Metropolitan News-Enterprise


Wednesday, September 30, 2020


Page 1


Huge Pothole Not an ‘Inherent Risk’ of Long-Distance Cycling—C.A.

Opinion Affirms $1.3 Million Judgment to Injured Bike-Rider


By a MetNews Staff Writer


A recreational bicyclist who was seriously injured after running into a four-foot long pothole is not barred by the doctrine of primary assumption of risk from recovering a $1.3 million damage-award against the county that maintains the road, Div. Five of the First District Court of Appeal has held.

Acting Presiding Justice Mark B. Simons wrote the opinion, filed Monday.
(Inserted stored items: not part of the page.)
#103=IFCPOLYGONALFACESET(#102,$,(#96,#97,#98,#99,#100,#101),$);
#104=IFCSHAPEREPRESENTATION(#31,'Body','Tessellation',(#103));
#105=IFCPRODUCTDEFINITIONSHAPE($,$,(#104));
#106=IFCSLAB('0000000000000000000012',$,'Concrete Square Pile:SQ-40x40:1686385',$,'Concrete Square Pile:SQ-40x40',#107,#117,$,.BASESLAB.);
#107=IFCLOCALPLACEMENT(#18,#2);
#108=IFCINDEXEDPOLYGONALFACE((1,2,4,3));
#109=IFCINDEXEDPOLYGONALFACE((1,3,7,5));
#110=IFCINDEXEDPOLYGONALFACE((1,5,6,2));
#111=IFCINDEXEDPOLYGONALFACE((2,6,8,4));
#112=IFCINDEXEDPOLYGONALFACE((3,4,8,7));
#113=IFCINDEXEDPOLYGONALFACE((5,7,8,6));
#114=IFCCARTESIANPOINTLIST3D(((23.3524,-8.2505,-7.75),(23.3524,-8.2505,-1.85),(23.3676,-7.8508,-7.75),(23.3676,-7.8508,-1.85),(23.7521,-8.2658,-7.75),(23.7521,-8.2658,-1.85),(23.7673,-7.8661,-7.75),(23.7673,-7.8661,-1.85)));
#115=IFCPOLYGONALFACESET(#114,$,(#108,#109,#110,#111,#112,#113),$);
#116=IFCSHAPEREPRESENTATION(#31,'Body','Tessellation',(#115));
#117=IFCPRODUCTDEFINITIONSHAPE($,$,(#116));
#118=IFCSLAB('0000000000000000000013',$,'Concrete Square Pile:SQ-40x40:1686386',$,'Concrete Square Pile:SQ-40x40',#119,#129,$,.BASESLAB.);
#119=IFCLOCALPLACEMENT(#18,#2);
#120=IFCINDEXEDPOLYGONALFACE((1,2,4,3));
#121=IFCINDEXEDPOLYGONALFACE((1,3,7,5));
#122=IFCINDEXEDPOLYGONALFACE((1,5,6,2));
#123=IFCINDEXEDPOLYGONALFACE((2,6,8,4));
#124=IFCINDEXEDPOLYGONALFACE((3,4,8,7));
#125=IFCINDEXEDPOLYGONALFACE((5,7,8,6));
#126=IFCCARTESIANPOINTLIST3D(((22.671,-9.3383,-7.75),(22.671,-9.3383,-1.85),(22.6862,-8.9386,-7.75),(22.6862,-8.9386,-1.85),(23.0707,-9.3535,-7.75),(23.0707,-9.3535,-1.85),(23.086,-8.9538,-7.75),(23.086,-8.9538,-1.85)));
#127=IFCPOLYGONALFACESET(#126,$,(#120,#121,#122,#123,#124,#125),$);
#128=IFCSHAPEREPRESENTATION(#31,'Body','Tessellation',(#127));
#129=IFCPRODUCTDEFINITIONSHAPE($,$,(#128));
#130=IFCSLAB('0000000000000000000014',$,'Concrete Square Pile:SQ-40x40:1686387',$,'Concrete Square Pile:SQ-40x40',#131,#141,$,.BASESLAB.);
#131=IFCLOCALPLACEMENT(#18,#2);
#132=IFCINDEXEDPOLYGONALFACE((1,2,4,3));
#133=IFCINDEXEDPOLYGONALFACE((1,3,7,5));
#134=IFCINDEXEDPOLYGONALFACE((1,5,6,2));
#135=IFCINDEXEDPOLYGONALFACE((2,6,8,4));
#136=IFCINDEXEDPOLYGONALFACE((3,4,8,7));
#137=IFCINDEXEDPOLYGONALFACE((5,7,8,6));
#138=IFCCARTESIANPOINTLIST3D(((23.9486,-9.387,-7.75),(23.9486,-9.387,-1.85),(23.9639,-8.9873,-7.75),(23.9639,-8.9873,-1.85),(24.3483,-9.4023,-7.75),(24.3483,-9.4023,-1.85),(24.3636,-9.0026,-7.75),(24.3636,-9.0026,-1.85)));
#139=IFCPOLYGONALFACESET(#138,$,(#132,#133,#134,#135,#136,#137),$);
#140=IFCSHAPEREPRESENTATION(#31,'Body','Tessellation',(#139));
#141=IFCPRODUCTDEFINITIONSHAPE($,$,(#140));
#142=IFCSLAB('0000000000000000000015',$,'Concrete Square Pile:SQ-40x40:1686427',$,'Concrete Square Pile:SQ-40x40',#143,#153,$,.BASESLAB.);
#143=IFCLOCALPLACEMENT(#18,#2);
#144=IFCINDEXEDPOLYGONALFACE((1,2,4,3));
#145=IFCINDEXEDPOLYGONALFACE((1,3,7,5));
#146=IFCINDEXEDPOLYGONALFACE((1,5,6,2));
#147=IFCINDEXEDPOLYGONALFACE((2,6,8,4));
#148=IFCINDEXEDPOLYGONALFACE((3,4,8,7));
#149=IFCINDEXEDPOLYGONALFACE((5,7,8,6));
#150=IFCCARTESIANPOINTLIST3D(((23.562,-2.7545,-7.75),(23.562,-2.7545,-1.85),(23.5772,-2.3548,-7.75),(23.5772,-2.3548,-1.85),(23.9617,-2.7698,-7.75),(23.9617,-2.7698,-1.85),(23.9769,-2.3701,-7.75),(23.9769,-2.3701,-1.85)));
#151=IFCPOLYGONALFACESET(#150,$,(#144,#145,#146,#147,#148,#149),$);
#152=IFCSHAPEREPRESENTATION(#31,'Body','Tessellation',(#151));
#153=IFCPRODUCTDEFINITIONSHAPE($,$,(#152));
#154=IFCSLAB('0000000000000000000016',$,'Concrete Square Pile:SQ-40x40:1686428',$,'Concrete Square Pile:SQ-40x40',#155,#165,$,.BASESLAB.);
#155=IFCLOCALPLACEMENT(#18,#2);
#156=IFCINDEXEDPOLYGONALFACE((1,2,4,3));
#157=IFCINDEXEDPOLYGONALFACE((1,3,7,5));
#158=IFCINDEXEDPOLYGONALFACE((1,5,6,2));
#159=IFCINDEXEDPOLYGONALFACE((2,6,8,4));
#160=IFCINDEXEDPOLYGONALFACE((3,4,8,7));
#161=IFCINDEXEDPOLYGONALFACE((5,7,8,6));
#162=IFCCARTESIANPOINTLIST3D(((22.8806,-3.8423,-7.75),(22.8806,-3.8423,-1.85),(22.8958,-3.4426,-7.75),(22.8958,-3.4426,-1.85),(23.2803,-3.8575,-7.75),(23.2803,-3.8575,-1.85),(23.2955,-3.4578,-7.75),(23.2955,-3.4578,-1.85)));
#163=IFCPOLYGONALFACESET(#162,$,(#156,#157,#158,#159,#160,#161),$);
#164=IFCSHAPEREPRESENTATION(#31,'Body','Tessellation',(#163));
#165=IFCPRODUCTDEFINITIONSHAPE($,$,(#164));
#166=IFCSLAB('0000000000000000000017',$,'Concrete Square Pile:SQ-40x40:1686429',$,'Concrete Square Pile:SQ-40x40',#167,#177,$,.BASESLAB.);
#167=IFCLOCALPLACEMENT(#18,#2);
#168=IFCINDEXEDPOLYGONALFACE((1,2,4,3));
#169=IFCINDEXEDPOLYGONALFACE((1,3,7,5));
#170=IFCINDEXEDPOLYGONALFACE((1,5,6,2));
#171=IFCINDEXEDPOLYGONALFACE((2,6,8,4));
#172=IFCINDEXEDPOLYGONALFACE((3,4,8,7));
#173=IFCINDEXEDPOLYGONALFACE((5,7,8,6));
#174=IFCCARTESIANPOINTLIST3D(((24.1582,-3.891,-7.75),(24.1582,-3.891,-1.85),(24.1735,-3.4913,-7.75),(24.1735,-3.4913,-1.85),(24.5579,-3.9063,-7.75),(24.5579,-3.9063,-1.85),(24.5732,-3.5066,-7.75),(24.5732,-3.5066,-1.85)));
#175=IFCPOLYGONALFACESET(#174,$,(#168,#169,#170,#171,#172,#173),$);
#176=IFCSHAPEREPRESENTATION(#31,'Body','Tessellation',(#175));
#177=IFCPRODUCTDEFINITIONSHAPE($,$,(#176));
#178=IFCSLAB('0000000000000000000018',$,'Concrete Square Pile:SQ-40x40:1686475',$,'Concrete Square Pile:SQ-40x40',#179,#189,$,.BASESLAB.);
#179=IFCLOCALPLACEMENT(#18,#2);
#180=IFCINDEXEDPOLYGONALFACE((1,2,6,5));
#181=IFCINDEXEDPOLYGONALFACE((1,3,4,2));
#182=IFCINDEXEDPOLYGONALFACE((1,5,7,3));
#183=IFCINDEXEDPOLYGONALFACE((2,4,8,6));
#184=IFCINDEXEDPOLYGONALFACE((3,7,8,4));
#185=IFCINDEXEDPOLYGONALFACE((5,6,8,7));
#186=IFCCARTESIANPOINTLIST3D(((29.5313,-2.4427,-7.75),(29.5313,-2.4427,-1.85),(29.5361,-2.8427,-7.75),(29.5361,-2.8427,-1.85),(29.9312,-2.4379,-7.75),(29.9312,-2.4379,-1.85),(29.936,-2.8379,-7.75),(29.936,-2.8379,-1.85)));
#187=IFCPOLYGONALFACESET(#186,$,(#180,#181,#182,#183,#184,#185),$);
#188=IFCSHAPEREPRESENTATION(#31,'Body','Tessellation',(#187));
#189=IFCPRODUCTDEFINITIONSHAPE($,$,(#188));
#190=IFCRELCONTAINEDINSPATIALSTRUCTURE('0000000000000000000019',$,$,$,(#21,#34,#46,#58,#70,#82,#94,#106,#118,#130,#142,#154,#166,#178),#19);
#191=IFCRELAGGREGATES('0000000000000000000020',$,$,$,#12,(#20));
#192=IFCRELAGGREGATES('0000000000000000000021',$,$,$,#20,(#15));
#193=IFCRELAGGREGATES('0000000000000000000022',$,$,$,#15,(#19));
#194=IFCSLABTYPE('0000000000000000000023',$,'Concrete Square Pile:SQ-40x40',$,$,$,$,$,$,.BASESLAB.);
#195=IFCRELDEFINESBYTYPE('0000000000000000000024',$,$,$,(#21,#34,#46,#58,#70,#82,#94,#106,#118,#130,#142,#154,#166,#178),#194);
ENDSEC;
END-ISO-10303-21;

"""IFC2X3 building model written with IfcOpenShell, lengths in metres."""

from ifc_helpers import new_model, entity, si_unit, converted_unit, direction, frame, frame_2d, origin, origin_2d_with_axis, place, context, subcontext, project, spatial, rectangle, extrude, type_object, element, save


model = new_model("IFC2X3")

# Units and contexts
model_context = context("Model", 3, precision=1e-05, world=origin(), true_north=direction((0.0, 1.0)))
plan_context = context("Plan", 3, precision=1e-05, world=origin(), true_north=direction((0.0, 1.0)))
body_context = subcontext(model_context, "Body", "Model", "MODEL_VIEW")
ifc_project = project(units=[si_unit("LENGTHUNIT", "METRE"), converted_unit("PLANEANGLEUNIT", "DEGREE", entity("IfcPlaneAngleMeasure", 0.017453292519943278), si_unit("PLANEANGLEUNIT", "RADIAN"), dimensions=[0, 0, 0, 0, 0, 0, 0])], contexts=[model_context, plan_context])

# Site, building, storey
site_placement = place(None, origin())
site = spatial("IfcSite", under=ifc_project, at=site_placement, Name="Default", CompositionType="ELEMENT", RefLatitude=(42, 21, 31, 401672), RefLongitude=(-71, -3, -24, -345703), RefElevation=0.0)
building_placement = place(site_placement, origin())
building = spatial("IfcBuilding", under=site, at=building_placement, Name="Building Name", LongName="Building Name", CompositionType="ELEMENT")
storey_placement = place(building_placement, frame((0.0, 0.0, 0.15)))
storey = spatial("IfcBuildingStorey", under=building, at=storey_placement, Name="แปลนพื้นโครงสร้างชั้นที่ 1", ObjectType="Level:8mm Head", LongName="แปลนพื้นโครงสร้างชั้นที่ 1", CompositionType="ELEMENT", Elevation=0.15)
It affirms a judgment by Sonoma Superior Court Judge Jennifer V. Dollard, pursuant to a jury verdict, rejecting the county’s contention that the judge erred in denying her motions for summary judgment and for judgment notwithstanding the verdict.

The County of Sonoma argued that it had no duty to cyclist Catherine Williams—who was flipped off her bike while taking a 30-mile ride to train for a long-distance recreational event—to reduce the risks inherent in her activity because it had no relationship with her or to the activity of long-distance recreational cycling.

Simons declared that the county does have a duty to maintain safe roads “for all foreseeable uses, including uses that fall outside of the primary assumption of risk doctrine: driving, riding a motorcycle, and bicycling as a means of transportation.”

The county also contended that to impose such a duty would alter the fundamental nature of Williams’ activity and chill participation in it, both of which the assumption of risk doctrine aims to avoid.

As such, it claimed Williams was barred from alleging injury as a result of a “dangerous condition” of public property under Government Code §835 and from recovering the $1.3 million jury award that was based on a finding the county was 70 percent at fault.

Admitted Hazard

Simons noted the county did not assert that the large pothole, measuring four-inches deep, was not a hazard. In fact, a road maintenance manager had testified that the pothole posed a hazard to “[a]nything on the roadway.”

He wrote:

 “Thus, to the extent the County already owed a duty to other road users to repair the pothole, we see little risk that imposition of the same duty with respect to long-distance, recreational cyclists would lead the County to take steps that would fundamentally alter the nature of the activity.”

Williams was traveling at least 25 miles an hour and unable to avoid the pothole by the time she spotted it, causing her to be thrown off her bicycle. The pothole had been reported to the county six weeks before Williams’ accident.

Not Inherent Risk

The county maintained it cannot eliminate every road hazard that would pose risks for recreational cyclists and that such risks, including falling off one’s bike, are inherent to the activity.

Simons said encountering such a large pothole was “not an inherent risk of long-distance, recreational cycling” and that the county’s already existing duty to repair the pothole for foreseeable users supported the conclusion that it owed a duty to Williams.

“Accordingly, the County’s argument that Plaintiff’s claim is barred by the primary assumption of risk doctrine fails,” Simons wrote.

In a portion of the opinion that was not certified for publication, Simons said that the county has not been persuasive in its assertion that Dollard erred in declining to instruct the jury on the doctrine of primary assumption of the risk.

“Although the County notes that some courts have held such a question to be one of fact, for the jury to decide, the County makes no reasoned argument that the question is one of fact or that it was prejudiced by any failure to present it to the jury,” he wrote.

The case is Williams v. County of Sonoma, 2020 S.O.S. 4560.